For each line below that contains the word "contexts", make a copy.

======== Provided data

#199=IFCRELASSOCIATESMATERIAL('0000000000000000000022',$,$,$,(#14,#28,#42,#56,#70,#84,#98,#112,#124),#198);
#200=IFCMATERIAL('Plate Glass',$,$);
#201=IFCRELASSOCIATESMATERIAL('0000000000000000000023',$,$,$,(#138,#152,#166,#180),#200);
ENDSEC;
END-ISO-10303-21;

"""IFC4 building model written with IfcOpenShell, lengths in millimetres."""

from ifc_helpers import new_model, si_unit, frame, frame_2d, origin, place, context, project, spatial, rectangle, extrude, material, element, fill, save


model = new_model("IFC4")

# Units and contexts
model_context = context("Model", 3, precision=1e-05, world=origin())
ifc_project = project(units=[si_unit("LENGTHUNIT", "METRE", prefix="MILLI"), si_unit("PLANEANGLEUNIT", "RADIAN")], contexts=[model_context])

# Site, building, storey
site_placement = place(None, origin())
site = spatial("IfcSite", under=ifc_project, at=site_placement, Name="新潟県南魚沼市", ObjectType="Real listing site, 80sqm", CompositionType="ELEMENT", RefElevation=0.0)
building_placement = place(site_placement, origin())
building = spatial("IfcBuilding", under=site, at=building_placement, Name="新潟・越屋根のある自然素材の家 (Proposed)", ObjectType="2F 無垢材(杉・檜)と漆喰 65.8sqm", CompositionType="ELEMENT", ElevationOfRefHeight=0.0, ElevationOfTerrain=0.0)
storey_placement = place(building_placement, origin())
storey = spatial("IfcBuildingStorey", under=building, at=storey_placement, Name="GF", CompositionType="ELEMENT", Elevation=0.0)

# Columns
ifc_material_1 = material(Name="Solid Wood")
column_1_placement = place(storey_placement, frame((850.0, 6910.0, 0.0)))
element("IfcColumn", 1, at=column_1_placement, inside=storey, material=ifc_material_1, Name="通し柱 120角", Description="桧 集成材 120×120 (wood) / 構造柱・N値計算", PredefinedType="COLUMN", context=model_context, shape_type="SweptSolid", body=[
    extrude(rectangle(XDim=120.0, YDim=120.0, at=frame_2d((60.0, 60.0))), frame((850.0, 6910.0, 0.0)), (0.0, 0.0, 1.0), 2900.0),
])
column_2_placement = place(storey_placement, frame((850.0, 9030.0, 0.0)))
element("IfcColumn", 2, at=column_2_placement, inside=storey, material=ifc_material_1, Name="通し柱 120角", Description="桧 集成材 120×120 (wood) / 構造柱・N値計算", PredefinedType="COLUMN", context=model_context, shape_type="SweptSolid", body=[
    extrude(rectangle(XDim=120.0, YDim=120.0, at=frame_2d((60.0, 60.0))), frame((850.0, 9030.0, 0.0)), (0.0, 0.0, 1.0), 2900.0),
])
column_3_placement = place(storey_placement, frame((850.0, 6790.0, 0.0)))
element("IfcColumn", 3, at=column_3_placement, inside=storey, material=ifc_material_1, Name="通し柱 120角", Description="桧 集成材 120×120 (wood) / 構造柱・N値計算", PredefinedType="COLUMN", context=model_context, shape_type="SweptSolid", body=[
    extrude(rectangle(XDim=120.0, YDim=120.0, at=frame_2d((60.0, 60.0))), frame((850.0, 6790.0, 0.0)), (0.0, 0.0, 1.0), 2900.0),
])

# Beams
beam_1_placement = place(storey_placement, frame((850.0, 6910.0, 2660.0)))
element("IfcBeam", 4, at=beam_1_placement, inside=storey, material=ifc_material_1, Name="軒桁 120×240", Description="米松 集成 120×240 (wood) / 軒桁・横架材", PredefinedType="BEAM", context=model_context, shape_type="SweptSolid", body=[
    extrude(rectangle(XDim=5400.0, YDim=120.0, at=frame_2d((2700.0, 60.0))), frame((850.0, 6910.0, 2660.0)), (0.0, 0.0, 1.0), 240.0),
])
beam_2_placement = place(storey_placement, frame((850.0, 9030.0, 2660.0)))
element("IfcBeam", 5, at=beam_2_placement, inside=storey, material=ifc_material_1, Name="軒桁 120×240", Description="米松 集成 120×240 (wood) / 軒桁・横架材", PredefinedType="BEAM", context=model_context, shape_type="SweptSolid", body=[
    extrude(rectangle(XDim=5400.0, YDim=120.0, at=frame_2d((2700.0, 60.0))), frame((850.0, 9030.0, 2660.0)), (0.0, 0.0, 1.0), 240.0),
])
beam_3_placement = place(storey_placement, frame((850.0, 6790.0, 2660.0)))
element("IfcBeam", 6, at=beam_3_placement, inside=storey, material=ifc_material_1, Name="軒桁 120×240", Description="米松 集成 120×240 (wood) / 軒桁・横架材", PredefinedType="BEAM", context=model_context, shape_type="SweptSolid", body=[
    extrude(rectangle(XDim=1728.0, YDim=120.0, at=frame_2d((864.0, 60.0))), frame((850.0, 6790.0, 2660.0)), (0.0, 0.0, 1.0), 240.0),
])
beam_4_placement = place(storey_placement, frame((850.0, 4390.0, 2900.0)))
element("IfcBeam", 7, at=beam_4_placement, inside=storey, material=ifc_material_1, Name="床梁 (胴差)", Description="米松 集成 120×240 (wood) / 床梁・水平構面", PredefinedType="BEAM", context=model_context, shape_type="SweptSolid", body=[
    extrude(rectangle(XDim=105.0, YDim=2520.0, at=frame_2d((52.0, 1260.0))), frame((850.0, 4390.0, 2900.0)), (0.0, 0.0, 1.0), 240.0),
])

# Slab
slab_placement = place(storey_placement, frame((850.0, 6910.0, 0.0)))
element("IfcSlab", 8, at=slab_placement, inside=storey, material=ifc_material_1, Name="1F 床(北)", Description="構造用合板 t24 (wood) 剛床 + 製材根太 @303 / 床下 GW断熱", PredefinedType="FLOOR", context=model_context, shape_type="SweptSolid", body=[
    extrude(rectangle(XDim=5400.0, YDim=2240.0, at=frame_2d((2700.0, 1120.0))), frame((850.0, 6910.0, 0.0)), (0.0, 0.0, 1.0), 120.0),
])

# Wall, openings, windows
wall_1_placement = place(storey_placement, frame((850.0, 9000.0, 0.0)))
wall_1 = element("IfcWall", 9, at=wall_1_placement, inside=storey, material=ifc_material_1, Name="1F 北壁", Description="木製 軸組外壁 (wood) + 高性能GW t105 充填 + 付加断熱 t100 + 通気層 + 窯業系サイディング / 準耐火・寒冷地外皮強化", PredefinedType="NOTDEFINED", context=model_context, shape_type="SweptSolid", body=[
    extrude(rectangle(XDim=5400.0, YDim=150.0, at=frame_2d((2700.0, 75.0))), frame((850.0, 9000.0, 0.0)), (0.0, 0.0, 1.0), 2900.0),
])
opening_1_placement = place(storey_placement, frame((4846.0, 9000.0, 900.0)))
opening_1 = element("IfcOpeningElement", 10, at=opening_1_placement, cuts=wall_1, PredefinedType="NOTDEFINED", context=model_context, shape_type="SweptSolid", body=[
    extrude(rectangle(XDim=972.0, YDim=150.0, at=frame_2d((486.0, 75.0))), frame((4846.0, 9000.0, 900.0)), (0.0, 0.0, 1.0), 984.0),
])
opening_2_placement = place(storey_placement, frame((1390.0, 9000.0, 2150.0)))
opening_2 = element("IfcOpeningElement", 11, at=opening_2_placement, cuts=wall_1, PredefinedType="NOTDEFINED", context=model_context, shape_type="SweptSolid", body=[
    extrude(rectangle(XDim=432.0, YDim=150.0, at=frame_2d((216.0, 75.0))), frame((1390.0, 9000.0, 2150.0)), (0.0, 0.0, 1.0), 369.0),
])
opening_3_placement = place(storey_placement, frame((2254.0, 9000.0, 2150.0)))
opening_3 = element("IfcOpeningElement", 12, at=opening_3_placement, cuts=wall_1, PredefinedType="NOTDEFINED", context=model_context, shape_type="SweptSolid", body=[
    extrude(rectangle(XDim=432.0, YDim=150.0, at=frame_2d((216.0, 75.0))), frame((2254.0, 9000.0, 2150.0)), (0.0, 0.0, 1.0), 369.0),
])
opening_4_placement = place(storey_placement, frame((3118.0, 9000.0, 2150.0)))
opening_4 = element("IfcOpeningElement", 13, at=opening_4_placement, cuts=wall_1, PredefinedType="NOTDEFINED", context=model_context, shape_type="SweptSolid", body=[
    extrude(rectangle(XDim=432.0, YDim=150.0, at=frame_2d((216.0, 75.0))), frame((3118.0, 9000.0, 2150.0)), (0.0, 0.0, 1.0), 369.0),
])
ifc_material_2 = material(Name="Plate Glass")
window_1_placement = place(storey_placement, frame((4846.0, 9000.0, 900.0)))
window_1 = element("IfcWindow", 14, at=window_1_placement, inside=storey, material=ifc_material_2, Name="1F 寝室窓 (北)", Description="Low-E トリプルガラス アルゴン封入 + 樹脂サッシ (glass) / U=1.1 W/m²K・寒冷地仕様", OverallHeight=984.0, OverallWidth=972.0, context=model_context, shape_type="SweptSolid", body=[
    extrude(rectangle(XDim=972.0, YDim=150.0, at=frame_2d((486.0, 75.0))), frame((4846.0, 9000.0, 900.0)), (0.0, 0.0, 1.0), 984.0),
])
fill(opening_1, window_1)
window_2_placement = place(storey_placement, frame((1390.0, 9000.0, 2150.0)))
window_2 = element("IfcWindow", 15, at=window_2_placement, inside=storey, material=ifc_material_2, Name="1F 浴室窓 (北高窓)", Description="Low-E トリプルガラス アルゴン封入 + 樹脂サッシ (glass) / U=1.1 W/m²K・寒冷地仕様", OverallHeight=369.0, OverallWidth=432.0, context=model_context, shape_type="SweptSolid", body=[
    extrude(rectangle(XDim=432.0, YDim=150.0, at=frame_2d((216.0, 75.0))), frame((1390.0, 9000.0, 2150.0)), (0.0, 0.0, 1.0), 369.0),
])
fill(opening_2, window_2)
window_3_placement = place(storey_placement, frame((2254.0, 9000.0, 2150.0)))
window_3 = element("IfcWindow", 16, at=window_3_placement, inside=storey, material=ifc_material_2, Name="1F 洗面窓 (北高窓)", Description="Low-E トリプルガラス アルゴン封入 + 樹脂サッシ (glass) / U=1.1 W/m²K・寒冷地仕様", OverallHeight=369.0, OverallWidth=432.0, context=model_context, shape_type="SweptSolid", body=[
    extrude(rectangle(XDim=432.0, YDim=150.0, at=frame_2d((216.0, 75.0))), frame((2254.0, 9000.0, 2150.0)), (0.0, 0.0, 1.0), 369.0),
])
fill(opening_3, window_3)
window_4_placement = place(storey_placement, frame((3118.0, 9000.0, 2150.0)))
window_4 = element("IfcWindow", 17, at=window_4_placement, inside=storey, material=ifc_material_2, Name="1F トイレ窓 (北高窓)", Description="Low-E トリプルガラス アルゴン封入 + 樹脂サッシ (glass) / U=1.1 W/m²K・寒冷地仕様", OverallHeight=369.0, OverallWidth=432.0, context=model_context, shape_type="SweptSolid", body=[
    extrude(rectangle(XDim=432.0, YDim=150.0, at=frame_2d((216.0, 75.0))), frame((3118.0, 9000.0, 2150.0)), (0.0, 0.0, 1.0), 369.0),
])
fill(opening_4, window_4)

================

## [Expected output]
# Units and contexts
ifc_project = project(units=[si_unit("LENGTHUNIT", "METRE", prefix="MILLI"), si_unit("PLANEANGLEUNIT", "RADIAN")], contexts=[model_context])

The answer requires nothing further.